(Data excerpts)
== Segment start ==
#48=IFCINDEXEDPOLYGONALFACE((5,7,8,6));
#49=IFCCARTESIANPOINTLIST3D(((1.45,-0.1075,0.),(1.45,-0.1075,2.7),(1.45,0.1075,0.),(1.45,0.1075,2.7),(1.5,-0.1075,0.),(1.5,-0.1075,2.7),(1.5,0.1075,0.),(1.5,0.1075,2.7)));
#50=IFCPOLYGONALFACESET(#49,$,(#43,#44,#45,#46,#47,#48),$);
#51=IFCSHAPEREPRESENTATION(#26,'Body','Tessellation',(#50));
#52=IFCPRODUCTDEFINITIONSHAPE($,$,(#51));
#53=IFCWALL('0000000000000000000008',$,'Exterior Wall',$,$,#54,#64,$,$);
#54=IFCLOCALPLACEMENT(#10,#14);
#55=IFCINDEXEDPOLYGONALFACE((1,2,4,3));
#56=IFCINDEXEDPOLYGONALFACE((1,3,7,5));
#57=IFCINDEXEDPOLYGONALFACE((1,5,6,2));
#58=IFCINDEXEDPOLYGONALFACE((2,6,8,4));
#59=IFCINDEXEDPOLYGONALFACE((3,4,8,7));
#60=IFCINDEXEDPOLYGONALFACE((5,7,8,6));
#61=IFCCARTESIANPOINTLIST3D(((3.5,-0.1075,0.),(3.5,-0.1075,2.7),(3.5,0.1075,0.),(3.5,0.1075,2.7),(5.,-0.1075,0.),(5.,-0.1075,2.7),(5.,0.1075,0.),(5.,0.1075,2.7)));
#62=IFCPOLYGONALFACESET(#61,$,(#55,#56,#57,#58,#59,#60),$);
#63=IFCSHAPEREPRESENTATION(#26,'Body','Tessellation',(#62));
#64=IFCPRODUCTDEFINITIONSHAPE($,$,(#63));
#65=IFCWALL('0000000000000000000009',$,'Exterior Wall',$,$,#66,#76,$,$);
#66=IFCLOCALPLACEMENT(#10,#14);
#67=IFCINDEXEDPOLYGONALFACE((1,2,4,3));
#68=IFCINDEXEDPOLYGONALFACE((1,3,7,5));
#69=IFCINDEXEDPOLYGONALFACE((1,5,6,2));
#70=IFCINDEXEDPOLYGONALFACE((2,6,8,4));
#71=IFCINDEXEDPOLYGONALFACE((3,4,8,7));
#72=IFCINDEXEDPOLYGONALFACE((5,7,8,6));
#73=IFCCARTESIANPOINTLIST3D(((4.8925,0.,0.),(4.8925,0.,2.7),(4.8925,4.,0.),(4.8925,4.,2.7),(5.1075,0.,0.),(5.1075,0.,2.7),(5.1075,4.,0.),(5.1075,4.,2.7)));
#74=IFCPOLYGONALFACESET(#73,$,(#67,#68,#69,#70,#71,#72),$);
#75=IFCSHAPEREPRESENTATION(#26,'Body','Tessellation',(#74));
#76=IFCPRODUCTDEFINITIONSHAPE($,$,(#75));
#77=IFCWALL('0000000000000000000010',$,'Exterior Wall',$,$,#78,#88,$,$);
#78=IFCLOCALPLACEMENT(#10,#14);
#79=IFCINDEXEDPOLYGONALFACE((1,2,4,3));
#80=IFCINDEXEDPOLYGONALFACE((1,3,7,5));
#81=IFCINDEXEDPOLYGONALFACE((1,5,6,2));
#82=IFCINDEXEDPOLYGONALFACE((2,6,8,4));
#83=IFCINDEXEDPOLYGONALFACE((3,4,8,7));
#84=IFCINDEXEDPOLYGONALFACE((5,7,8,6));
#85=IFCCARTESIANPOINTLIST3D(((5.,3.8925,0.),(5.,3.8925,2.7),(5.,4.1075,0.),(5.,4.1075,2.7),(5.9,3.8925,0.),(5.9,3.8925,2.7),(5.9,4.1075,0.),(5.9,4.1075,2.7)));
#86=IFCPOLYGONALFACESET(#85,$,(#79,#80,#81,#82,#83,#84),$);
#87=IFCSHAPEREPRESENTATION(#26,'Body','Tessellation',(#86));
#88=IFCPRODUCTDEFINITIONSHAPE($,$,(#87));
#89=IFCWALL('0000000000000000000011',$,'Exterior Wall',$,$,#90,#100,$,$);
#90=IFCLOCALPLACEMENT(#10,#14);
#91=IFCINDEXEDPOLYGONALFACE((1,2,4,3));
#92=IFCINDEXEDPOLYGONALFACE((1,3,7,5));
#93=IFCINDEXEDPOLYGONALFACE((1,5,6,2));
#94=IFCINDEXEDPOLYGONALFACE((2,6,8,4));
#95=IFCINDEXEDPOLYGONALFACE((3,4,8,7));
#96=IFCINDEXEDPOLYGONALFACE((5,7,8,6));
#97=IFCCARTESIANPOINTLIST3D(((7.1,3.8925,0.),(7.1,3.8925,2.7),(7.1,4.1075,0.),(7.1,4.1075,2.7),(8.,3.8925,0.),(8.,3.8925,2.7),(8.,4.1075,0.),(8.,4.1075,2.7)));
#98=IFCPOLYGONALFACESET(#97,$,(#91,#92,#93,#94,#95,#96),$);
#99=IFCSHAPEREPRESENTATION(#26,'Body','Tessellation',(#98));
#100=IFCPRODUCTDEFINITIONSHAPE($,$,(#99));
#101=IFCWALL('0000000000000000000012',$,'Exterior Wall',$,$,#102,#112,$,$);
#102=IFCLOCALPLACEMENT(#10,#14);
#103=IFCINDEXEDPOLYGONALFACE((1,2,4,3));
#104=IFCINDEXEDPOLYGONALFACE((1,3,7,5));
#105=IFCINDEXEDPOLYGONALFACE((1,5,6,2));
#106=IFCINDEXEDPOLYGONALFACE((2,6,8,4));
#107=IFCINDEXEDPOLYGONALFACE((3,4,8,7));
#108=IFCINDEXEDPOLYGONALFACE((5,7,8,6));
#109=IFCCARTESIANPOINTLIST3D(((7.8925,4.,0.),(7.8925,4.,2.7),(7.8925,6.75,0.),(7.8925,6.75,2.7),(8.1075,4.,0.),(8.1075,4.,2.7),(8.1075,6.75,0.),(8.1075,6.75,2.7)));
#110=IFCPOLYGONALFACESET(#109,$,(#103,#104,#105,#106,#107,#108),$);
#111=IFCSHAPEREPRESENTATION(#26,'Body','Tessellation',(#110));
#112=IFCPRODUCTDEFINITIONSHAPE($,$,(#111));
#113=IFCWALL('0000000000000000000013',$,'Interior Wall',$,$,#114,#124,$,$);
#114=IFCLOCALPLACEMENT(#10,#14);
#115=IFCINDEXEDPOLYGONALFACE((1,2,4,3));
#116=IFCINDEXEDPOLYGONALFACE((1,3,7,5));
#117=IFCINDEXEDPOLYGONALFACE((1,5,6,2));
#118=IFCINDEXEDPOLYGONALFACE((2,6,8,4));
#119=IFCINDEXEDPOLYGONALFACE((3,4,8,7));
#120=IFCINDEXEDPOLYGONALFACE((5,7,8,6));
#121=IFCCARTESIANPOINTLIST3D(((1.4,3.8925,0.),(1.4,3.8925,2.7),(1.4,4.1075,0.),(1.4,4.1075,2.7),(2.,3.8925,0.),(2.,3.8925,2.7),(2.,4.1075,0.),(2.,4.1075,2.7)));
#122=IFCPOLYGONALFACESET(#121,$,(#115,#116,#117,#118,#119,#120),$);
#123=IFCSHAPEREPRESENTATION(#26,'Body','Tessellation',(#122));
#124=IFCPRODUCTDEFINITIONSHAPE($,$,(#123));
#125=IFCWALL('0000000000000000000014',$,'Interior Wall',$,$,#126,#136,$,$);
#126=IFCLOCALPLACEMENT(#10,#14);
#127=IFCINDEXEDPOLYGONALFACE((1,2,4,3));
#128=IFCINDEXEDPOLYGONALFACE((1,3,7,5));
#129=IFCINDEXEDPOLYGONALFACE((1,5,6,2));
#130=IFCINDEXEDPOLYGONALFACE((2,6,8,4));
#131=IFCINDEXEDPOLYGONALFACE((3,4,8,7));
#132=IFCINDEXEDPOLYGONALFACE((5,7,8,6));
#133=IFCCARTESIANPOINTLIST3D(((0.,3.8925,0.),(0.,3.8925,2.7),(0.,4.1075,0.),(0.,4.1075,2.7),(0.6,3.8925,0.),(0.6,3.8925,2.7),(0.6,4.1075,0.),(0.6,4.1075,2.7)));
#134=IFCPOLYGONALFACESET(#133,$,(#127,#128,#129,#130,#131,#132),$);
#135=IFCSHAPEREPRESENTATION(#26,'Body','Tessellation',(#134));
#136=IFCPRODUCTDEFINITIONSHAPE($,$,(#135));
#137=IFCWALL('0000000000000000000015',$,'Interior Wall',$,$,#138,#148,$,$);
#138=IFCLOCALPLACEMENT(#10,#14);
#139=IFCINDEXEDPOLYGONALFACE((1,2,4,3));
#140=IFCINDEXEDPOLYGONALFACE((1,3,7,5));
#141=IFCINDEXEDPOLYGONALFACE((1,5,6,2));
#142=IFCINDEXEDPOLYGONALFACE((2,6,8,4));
== Segment end ==
§ **PROBLEM**
Exactly as written, repeat each line from the beginning of the data above to the line containing "#64=IFCPRODUCTDEFINITIONSHAPE($,$,(#63));", inclusive.

§ **TASK RESPONSE**
#48=IFCINDEXEDPOLYGONALFACE((5,7,8,6));
#49=IFCCARTESIANPOINTLIST3D(((1.45,-0.1075,0.),(1.45,-0.1075,2.7),(1.45,0.1075,0.),(1.45,0.1075,2.7),(1.5,-0.1075,0.),(1.5,-0.1075,2.7),(1.5,0.1075,0.),(1.5,0.1075,2.7)));
#50=IFCPOLYGONALFACESET(#49,$,(#43,#44,#45,#46,#47,#48),$);
#51=IFCSHAPEREPRESENTATION(#26,'Body','Tessellation',(#50));
#52=IFCPRODUCTDEFINITIONSHAPE($,$,(#51));
#53=IFCWALL('0000000000000000000008',$,'Exterior Wall',$,$,#54,#64,$,$);
#54=IFCLOCALPLACEMENT(#10,#14);
#55=IFCINDEXEDPOLYGONALFACE((1,2,4,3));
#56=IFCINDEXEDPOLYGONALFACE((1,3,7,5));
#57=IFCINDEXEDPOLYGONALFACE((1,5,6,2));
#58=IFCINDEXEDPOLYGONALFACE((2,6,8,4));
#59=IFCINDEXEDPOLYGONALFACE((3,4,8,7));
#60=IFCINDEXEDPOLYGONALFACE((5,7,8,6));
#61=IFCCARTESIANPOINTLIST3D(((3.5,-0.1075,0.),(3.5,-0.1075,2.7),(3.5,0.1075,0.),(3.5,0.1075,2.7),(5.,-0.1075,0.),(5.,-0.1075,2.7),(5.,0.1075,0.),(5.,0.1075,2.7)));
#62=IFCPOLYGONALFACESET(#61,$,(#55,#56,#57,#58,#59,#60),$);
#63=IFCSHAPEREPRESENTATION(#26,'Body','Tessellation',(#62));
#64=IFCPRODUCTDEFINITIONSHAPE($,$,(#63));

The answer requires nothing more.